-- Exercise input follows --

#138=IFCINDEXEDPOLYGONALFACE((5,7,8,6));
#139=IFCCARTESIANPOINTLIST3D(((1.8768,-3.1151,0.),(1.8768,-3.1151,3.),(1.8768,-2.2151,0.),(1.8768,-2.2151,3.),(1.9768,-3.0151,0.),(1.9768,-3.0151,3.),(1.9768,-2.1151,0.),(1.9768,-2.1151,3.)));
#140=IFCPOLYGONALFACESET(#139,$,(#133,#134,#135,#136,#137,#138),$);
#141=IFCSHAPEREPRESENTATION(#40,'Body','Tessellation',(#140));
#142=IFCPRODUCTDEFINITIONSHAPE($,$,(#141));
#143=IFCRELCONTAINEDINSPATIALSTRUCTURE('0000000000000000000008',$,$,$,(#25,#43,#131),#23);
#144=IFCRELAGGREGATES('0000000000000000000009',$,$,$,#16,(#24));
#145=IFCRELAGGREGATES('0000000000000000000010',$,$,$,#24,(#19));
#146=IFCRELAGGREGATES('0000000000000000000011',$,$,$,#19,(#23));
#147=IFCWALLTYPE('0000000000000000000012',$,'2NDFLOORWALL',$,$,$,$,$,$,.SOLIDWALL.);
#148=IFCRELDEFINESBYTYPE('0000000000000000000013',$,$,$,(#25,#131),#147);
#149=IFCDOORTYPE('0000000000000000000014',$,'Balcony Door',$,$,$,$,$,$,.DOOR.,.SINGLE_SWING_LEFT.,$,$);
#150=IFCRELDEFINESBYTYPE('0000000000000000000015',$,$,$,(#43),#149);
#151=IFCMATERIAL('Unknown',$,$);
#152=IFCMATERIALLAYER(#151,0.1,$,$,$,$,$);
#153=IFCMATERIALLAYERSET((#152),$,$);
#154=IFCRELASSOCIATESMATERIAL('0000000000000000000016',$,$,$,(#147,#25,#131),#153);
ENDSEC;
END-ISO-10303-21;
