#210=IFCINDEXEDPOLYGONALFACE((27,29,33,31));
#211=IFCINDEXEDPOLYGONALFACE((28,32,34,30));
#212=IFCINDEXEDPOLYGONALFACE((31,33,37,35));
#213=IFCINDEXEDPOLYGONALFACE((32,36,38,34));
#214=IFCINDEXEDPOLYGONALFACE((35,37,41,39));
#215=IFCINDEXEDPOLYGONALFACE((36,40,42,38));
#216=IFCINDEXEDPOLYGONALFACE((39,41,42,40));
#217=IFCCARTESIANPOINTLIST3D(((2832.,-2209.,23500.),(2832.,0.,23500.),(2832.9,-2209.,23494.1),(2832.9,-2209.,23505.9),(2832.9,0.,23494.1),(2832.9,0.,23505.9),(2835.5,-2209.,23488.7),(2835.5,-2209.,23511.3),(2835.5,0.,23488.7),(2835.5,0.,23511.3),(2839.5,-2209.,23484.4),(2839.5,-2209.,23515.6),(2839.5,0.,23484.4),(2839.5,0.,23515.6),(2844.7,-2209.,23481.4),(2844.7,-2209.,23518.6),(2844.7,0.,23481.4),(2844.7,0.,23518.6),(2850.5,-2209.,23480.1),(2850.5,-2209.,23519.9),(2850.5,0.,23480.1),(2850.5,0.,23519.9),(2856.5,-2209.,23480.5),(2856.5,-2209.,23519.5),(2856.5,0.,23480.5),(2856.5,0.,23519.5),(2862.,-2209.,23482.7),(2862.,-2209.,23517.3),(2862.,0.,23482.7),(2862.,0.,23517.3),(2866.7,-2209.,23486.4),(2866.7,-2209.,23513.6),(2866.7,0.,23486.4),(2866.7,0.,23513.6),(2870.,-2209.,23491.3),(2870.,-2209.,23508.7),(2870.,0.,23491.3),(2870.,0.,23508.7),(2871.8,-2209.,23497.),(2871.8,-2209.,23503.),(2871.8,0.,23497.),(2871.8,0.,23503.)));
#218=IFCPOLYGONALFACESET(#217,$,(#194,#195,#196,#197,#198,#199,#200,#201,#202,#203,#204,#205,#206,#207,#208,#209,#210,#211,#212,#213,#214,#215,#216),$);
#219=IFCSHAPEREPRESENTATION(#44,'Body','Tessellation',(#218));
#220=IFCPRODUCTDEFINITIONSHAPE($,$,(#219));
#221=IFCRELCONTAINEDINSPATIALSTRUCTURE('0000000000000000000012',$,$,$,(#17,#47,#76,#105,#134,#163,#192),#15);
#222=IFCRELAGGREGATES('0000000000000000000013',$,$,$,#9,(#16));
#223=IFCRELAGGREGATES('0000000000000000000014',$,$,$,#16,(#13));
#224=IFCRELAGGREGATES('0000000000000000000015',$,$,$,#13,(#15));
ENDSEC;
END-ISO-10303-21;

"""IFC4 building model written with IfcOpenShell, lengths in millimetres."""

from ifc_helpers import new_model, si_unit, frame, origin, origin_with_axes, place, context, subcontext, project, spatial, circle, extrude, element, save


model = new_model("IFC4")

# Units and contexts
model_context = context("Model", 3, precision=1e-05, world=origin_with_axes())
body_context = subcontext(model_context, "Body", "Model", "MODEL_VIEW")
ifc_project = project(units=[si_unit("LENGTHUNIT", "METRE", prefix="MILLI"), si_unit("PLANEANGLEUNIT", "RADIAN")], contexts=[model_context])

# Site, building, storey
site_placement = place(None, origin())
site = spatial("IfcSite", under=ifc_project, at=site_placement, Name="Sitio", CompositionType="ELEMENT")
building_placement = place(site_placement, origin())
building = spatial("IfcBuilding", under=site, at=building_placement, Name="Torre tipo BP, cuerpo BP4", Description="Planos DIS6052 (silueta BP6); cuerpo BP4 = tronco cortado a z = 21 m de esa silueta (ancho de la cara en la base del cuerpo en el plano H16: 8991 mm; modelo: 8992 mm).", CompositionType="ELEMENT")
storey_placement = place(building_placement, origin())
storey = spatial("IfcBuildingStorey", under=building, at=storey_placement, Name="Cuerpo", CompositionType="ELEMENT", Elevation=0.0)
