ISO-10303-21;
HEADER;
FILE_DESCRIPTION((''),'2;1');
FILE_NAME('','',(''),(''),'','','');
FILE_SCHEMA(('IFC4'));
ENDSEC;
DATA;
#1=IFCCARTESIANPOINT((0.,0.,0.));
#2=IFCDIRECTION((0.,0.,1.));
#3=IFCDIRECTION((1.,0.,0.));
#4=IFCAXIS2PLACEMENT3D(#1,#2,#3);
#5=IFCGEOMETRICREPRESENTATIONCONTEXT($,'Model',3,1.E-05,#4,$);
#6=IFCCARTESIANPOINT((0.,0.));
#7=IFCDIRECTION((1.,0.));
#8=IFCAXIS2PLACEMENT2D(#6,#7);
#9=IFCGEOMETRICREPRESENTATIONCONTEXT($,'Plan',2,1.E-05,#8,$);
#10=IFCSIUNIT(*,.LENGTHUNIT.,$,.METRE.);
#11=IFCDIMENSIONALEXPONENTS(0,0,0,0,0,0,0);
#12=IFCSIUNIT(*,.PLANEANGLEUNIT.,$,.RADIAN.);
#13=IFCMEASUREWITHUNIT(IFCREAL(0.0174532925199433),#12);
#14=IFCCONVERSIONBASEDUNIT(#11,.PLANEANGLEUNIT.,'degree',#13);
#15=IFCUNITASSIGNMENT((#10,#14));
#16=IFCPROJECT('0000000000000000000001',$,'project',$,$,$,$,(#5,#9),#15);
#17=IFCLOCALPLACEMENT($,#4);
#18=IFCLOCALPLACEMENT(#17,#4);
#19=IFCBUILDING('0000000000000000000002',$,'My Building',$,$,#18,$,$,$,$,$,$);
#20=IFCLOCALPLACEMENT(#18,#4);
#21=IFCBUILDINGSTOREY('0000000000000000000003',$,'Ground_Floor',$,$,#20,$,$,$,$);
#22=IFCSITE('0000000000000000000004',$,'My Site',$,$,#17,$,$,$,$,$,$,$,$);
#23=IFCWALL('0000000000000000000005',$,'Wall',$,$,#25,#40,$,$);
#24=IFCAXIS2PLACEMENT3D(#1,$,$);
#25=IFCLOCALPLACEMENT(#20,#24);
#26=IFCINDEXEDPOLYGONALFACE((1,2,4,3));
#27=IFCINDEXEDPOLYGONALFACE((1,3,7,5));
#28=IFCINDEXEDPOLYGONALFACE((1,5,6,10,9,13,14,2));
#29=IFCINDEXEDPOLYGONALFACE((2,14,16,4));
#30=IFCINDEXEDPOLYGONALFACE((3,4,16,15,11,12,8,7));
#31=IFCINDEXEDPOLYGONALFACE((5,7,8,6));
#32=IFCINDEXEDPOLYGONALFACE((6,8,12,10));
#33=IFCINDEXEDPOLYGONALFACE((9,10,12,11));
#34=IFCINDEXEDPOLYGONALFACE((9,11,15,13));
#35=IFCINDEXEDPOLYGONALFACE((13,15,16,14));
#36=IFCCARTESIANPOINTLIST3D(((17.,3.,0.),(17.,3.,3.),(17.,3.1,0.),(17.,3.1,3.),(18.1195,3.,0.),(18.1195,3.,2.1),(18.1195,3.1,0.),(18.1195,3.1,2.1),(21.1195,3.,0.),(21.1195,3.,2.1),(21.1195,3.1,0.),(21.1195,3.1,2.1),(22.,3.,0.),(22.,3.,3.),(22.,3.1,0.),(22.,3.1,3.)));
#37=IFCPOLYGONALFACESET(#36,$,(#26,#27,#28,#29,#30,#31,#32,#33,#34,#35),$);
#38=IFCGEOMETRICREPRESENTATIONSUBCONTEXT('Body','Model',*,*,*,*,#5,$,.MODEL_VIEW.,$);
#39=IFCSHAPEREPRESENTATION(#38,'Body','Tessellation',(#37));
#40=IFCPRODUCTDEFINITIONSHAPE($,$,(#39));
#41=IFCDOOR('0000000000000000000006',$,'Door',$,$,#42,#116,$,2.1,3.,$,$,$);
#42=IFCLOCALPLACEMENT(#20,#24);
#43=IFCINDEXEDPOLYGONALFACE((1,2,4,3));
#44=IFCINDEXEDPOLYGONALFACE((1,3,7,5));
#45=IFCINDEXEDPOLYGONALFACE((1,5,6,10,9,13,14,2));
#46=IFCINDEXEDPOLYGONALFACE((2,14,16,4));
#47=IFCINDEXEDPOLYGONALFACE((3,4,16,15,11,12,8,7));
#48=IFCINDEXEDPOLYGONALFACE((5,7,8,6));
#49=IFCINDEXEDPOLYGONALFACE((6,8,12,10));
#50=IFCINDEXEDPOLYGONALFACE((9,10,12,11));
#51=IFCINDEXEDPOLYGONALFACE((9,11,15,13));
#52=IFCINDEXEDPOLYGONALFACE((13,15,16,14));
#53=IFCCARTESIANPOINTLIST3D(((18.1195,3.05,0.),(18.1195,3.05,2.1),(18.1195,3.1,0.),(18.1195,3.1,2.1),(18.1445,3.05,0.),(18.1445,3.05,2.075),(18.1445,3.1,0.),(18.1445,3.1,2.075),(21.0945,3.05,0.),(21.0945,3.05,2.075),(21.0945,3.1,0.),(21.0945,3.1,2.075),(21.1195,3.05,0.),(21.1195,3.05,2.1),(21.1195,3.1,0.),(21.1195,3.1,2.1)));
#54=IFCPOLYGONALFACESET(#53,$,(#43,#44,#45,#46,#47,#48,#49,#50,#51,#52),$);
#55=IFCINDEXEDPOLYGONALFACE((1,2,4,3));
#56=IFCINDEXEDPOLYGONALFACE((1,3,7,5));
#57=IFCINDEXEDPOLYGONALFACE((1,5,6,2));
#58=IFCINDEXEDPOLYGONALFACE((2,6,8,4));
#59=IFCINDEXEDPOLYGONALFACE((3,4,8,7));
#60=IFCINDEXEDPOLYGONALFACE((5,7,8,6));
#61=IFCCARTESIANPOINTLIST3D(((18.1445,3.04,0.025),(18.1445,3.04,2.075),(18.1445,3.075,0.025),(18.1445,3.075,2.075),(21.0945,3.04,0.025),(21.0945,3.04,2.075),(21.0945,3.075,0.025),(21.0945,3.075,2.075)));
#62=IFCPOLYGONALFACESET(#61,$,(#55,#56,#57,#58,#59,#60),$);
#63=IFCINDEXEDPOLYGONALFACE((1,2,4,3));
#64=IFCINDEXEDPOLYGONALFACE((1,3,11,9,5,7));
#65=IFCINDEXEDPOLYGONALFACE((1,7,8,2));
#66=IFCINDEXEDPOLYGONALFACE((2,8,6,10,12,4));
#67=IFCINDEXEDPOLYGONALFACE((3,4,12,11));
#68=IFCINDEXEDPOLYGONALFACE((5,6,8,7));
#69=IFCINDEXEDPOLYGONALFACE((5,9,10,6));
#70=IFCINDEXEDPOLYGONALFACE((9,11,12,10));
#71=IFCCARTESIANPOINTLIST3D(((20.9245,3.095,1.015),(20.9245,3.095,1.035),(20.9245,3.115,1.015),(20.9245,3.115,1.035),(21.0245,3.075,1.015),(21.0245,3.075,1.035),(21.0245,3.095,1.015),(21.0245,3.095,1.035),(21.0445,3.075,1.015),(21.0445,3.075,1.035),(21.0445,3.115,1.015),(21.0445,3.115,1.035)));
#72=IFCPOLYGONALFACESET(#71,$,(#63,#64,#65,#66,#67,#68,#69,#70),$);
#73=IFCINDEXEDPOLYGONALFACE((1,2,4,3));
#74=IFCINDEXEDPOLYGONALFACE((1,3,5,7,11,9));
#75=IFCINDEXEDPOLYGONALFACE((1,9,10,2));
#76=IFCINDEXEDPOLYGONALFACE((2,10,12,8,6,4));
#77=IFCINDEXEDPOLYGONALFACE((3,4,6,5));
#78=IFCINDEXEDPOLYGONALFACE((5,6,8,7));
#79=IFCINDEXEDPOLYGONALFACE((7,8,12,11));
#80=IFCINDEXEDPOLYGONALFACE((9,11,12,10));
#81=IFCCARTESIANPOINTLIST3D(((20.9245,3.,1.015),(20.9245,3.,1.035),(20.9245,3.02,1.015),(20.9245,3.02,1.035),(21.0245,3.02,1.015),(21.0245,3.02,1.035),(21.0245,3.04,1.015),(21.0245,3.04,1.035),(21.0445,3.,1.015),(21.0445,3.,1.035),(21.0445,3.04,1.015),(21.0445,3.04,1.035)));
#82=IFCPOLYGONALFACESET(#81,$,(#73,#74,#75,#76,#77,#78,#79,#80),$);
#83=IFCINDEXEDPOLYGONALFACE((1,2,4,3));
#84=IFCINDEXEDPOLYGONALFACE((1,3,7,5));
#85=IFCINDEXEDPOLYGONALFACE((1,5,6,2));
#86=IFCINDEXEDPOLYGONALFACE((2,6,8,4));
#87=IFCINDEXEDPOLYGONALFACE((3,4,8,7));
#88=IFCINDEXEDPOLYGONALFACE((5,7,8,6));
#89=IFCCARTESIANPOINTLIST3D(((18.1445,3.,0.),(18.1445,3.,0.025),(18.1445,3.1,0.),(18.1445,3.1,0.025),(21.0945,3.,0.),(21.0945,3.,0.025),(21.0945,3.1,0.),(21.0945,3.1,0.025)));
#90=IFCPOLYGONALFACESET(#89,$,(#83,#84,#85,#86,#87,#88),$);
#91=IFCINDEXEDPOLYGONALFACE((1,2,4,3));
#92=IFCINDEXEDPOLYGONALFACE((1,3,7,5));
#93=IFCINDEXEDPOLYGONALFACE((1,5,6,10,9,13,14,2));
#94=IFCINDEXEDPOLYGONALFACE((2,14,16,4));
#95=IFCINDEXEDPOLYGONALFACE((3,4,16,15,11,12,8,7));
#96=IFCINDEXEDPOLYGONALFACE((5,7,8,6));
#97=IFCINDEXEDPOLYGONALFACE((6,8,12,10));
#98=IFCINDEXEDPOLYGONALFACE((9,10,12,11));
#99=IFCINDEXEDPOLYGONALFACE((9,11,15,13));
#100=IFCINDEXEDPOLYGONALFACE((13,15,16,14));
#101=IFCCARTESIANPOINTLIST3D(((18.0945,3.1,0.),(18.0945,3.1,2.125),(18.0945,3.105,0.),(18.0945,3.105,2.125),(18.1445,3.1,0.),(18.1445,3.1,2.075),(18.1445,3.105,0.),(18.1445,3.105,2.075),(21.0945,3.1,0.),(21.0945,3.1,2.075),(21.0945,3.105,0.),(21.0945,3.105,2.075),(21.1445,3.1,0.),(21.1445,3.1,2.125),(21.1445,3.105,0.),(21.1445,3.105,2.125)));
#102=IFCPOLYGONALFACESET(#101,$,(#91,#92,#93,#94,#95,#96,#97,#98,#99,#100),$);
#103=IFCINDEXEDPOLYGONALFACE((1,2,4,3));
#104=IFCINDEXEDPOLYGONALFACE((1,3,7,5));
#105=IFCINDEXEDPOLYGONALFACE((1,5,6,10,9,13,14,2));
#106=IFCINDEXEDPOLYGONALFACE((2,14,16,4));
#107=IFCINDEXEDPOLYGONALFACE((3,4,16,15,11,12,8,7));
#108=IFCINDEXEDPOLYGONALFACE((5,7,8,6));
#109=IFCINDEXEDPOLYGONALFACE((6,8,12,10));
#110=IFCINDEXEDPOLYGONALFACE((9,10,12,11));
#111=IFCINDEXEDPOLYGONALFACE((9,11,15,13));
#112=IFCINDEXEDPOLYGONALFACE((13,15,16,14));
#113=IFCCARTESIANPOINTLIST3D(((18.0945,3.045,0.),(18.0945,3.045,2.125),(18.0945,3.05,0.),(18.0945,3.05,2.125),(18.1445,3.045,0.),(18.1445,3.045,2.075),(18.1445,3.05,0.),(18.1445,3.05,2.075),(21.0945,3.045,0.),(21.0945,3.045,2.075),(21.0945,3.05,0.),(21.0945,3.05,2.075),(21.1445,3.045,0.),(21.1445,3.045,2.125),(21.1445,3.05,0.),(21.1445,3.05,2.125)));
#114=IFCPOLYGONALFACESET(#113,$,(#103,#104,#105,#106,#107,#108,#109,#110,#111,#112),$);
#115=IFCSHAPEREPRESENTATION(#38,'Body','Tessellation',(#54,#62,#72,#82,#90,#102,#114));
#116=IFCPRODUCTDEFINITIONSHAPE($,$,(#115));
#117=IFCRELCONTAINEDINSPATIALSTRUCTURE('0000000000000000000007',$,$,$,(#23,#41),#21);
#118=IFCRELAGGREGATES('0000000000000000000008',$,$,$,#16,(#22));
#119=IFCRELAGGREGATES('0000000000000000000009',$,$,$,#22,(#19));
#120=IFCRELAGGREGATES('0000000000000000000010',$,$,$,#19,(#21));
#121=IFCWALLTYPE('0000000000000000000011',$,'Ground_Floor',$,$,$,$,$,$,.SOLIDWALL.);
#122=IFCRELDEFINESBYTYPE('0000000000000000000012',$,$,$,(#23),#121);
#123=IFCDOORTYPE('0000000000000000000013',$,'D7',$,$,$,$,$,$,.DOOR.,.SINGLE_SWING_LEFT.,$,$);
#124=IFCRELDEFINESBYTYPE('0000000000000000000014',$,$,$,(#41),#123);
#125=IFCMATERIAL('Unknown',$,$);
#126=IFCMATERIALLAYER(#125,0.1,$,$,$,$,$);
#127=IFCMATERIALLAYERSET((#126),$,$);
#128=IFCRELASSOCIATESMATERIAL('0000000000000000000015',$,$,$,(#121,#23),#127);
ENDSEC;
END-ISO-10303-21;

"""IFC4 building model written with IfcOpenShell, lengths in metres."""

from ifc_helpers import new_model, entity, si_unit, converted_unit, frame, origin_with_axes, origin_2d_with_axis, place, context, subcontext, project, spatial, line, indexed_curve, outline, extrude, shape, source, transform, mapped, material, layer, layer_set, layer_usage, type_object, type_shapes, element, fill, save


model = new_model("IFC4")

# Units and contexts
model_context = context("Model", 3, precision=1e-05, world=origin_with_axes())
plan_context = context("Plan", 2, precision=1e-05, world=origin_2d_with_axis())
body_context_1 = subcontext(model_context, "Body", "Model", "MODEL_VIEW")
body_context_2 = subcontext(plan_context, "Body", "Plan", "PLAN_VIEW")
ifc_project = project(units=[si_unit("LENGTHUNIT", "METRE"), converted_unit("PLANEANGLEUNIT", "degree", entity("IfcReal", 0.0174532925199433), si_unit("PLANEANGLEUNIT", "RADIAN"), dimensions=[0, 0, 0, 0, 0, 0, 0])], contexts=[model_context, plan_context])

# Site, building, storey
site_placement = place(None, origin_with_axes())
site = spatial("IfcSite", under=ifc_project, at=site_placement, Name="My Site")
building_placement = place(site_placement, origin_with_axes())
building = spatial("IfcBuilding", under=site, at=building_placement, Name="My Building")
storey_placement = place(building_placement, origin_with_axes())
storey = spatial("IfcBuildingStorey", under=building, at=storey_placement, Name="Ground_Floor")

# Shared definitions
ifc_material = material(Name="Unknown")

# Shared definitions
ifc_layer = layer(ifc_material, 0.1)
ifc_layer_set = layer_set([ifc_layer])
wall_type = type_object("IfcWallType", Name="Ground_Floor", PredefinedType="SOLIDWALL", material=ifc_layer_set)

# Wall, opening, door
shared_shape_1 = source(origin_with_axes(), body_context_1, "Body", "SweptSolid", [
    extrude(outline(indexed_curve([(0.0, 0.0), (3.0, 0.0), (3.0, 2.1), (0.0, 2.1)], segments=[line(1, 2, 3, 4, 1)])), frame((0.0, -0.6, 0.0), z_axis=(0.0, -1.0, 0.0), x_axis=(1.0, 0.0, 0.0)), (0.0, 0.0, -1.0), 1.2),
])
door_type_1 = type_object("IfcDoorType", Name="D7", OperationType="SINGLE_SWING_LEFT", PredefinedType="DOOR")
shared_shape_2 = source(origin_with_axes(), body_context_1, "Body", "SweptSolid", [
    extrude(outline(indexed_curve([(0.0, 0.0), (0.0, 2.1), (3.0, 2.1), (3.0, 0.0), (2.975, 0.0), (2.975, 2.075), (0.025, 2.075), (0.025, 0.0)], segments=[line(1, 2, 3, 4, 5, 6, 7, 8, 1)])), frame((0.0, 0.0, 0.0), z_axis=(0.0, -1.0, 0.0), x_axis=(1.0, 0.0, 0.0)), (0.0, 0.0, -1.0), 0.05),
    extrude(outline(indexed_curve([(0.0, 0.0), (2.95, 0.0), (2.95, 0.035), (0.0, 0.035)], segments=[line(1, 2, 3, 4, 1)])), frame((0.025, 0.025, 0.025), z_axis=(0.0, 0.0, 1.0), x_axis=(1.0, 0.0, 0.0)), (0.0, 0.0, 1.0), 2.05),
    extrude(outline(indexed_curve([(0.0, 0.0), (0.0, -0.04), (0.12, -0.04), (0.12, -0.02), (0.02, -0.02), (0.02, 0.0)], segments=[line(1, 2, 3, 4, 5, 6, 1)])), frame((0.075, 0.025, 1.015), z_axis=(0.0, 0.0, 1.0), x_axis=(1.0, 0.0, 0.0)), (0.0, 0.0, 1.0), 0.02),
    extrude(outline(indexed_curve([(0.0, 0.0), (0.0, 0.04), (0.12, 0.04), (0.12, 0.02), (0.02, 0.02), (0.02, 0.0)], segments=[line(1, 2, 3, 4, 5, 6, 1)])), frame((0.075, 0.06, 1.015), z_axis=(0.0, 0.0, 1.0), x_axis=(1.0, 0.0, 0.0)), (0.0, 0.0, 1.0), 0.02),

-- Exercise input concluded --

* What is required: Copy out the lines above exactly, beginning at the one that contains "#75=IFCINDEXEDPOLYGONALFACE((1,9,10,2));" and ending at the one that contains "#85=IFCINDEXEDPOLYGONALFACE((1,5,6,2));".

* Solution below:
#75=IFCINDEXEDPOLYGONALFACE((1,9,10,2));
#76=IFCINDEXEDPOLYGONALFACE((2,10,12,8,6,4));
#77=IFCINDEXEDPOLYGONALFACE((3,4,6,5));
#78=IFCINDEXEDPOLYGONALFACE((5,6,8,7));
#79=IFCINDEXEDPOLYGONALFACE((7,8,12,11));
#80=IFCINDEXEDPOLYGONALFACE((9,11,12,10));
#81=IFCCARTESIANPOINTLIST3D(((20.9245,3.,1.015),(20.9245,3.,1.035),(20.9245,3.02,1.015),(20.9245,3.02,1.035),(21.0245,3.02,1.015),(21.0245,3.02,1.035),(21.0245,3.04,1.015),(21.0245,3.04,1.035),(21.0445,3.,1.015),(21.0445,3.,1.035),(21.0445,3.04,1.015),(21.0445,3.04,1.035)));
#82=IFCPOLYGONALFACESET(#81,$,(#73,#74,#75,#76,#77,#78,#79,#80),$);
#83=IFCINDEXEDPOLYGONALFACE((1,2,4,3));
#84=IFCINDEXEDPOLYGONALFACE((1,3,7,5));
#85=IFCINDEXEDPOLYGONALFACE((1,5,6,2));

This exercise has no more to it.